FRI: proximity test (IOPP) + separate evaluation → PCS
STIR: tighter proximity test + separate evaluation → PCS
WHIR: proximity test = evaluation proof → PCS directly
this unification simplifies zheng significantly. SuperSpartan reduces all constraints to one evaluation query via sumcheck. WHIR handles that query directly — proximity and evaluation in one protocol. no adapter layers, no conversion overhead.
the stable interface
across all three generations, the external interface remains the same:
commit(polynomial) → commitment
open(polynomial, point) → (value, proof)
verify(commitment, point, value, proof) → bool
SuperSpartan calls commit and open. the sumcheck protocol runs between them. neither layer knows or cares whether FRI, STIR, or WHIR implements the commitment. the interface is a clean abstraction boundary.
this means cyber can upgrade its PCS without changing any layer above. when a future generation improves on WHIR — smaller proofs, faster verification, tighter security bounds — the upgrade is a swap at the commitment layer. the IOP, the constraint system, the VM trace encoding, the recursive verifier: all unchanged.
why this lineage matters for zheng
the FRI-STIR-WHIR progression is a story of three insights compounding. FRI discovered that hash-based folding can prove proximity. STIR discovered that increasing the rate across rounds tightens proofs. WHIR discovered that weighting queries with sumcheck structure fuses proximity and evaluation into one protocol.

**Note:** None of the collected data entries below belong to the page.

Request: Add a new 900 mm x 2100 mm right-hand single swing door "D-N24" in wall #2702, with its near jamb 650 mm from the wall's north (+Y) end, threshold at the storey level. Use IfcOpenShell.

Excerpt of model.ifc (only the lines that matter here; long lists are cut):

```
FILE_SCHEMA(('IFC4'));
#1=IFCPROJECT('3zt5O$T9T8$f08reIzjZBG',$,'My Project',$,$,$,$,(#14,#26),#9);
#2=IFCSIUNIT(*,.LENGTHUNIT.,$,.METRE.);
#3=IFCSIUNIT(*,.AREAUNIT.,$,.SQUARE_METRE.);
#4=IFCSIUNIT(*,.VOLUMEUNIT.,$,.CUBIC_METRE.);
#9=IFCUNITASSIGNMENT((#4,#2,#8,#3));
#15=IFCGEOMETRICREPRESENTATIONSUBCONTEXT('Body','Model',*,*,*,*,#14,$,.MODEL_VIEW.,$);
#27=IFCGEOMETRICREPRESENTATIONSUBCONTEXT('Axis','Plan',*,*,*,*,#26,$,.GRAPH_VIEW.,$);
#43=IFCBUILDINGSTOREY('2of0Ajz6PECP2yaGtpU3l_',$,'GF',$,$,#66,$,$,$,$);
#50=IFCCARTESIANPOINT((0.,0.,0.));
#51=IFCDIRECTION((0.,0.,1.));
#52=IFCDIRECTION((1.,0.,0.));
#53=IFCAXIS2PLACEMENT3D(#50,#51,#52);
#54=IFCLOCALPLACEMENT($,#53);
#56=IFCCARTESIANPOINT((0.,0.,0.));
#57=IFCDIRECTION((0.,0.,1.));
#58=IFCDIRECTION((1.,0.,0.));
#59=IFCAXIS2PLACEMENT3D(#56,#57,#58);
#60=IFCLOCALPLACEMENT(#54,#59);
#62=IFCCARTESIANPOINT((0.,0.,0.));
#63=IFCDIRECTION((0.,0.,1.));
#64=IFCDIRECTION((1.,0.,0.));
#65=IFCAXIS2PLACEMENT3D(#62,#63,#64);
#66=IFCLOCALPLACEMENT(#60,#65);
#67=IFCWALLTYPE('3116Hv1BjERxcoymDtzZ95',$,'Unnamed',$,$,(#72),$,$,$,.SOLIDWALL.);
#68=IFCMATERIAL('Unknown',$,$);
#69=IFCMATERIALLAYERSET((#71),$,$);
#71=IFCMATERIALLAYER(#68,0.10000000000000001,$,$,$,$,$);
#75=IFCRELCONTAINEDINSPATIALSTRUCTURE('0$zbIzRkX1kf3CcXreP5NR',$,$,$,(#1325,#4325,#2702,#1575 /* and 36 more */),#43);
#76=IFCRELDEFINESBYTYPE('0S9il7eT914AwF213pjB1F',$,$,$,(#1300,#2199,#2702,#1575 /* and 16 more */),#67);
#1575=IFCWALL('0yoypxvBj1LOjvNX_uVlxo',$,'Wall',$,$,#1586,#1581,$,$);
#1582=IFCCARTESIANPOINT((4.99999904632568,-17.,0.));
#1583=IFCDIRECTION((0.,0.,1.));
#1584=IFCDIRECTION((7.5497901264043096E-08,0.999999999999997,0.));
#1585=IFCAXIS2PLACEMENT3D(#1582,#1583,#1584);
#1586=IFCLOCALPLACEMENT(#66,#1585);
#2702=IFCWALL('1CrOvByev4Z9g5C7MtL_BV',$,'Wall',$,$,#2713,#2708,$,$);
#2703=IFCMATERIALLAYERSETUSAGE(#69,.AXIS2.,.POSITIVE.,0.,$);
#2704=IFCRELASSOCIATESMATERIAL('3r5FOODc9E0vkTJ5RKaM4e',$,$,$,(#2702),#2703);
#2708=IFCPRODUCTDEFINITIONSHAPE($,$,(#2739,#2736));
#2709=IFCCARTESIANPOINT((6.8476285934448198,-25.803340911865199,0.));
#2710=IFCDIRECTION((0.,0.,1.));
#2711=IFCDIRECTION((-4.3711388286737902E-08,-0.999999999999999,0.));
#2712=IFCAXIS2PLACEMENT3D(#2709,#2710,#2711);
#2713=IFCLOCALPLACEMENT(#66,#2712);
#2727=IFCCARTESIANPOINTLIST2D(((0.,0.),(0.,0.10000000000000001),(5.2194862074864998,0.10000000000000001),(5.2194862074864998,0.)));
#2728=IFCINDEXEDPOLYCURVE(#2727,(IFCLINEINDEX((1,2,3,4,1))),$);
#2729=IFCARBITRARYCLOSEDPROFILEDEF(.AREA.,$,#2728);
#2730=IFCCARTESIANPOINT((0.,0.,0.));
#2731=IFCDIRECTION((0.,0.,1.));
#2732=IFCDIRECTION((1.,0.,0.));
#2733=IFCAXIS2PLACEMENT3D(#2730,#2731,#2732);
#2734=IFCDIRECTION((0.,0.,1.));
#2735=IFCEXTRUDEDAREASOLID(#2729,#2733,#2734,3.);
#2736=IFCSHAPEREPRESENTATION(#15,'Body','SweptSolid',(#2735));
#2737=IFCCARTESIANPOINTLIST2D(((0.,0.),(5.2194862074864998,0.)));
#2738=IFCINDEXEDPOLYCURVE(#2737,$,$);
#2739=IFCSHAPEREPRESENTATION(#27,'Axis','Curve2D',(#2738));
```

```python
import numpy as np
import ifcopenshell
import ifcopenshell.api.feature
import ifcopenshell.api.geometry
import ifcopenshell.api.root
import ifcopenshell.api.spatial
import ifcopenshell.geom
import ifcopenshell.util.element
import ifcopenshell.util.placement
import ifcopenshell.util.representation
import ifcopenshell.util.shape
import ifcopenshell.util.unit

model = ifcopenshell.open("model.ifc")
unit_scale = ifcopenshell.util.unit.calculate_unit_scale(model)
settings = ifcopenshell.geom.settings()


def volume(element):
    """Net volume in cubic metres, openings subtracted."""
    shape = ifcopenshell.geom.create_shape(settings, element)
    return ifcopenshell.util.shape.get_volume(shape.geometry)


wall = model.by_guid("1CrOvByev4Z9g5C7MtL_BV")
storey = ifcopenshell.util.element.get_container(wall, ifc_class="IfcBuildingStorey")
context = ifcopenshell.util.representation.get_context(model, "Model", "Body", "MODEL_VIEW")
before = volume(wall)

width, height, from_end, sill = 0.9, 2.1, 0.65, 0.0  # metres

# The wall runs along its own X axis, and the end named is its -X end.
wall_shape = ifcopenshell.geom.create_shape(settings, wall)
x, y, z = ifcopenshell.util.shape.get_vertices(wall_shape.geometry).T
start = x.min() + from_end
face, thickness = float(y.min()), float(y.max() - y.min())
wall_matrix = ifcopenshell.util.placement.get_local_placement(wall.ObjectPlacement)
level = ifcopenshell.util.placement.get_local_placement(storey.ObjectPlacement)[2, 3]


def in_wall(x, y):
    """Placement at x, y metres in the wall's axes, at sill height."""
    matrix = wall_matrix.copy()
    matrix[:, 3] = wall_matrix @ np.array([x / unit_scale, y / unit_scale, 0.0, 1.0])
    matrix[2, 3] = level + sill / unit_scale
    return matrix


# Opening: a box that overshoots both wall faces by 50 mm.
opening = ifcopenshell.api.root.create_entity(model, ifc_class="IfcOpeningElement", predefined_type="OPENING")
box = ifcopenshell.api.geometry.add_wall_representation(
    model, context=context, length=width, height=height, thickness=thickness + 0.1
)
ifcopenshell.api.geometry.assign_representation(model, product=opening, representation=box)
ifcopenshell.api.geometry.edit_object_placement(model, product=opening, matrix=in_wall(start, face - 0.05), is_si=False)
ifcopenshell.api.feature.add_feature(model, feature=opening, element=wall)

door = ifcopenshell.api.root.create_entity(model, ifc_class="IfcDoor", name="D-N24", predefined_type="DOOR")
door.OverallWidth, door.OverallHeight = width / unit_scale, height / unit_scale
door.OperationType = "SINGLE_SWING_RIGHT"
body = ifcopenshell.api.geometry.add_door_representation(
    model,
    context=context,
    overall_width=door.OverallWidth,
    overall_height=door.OverallHeight,
    operation_type="SINGLE_SWING_RIGHT",
    lining_properties={"LiningDepth": thickness / unit_scale, "ThresholdDepth": thickness / unit_scale},
)
ifcopenshell.api.geometry.assign_representation(model, product=door, representation=body)
ifcopenshell.api.spatial.assign_container(model, products=[door], relating_structure=storey)
ifcopenshell.api.feature.add_filling(model, opening=opening, element=door)

# The lining spans the wall, so the door starts at the wall face.
ifcopenshell.api.geometry.edit_object_placement(model, product=door, matrix=in_wall(start, face), is_si=False)

after = volume(wall)

print(f"wall volume {before:.3f} -> {after:.3f} m3")

model.write("model_edited.ifc")
```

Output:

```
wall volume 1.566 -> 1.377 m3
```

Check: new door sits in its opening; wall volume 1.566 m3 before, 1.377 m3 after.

zheng builds on the final insight. the Whirlaway architecture — SuperSpartan IOP plus WHIR PCS plus sumcheck protocol — achieves transparent, post-quantum proofs with sub-millisecond verification. the prover runs in quasi-linear time over the Goldilocks field. the verifier checks a proof in one millisecond using only Hemera hashes and field arithmetic.
each generation of PCS made this architecture more viable. FRI made it possible. STIR made it compact. WHIR made it fast enough to recurse. and recursion is what turns a proof system into a foundation for planetary superintelligence.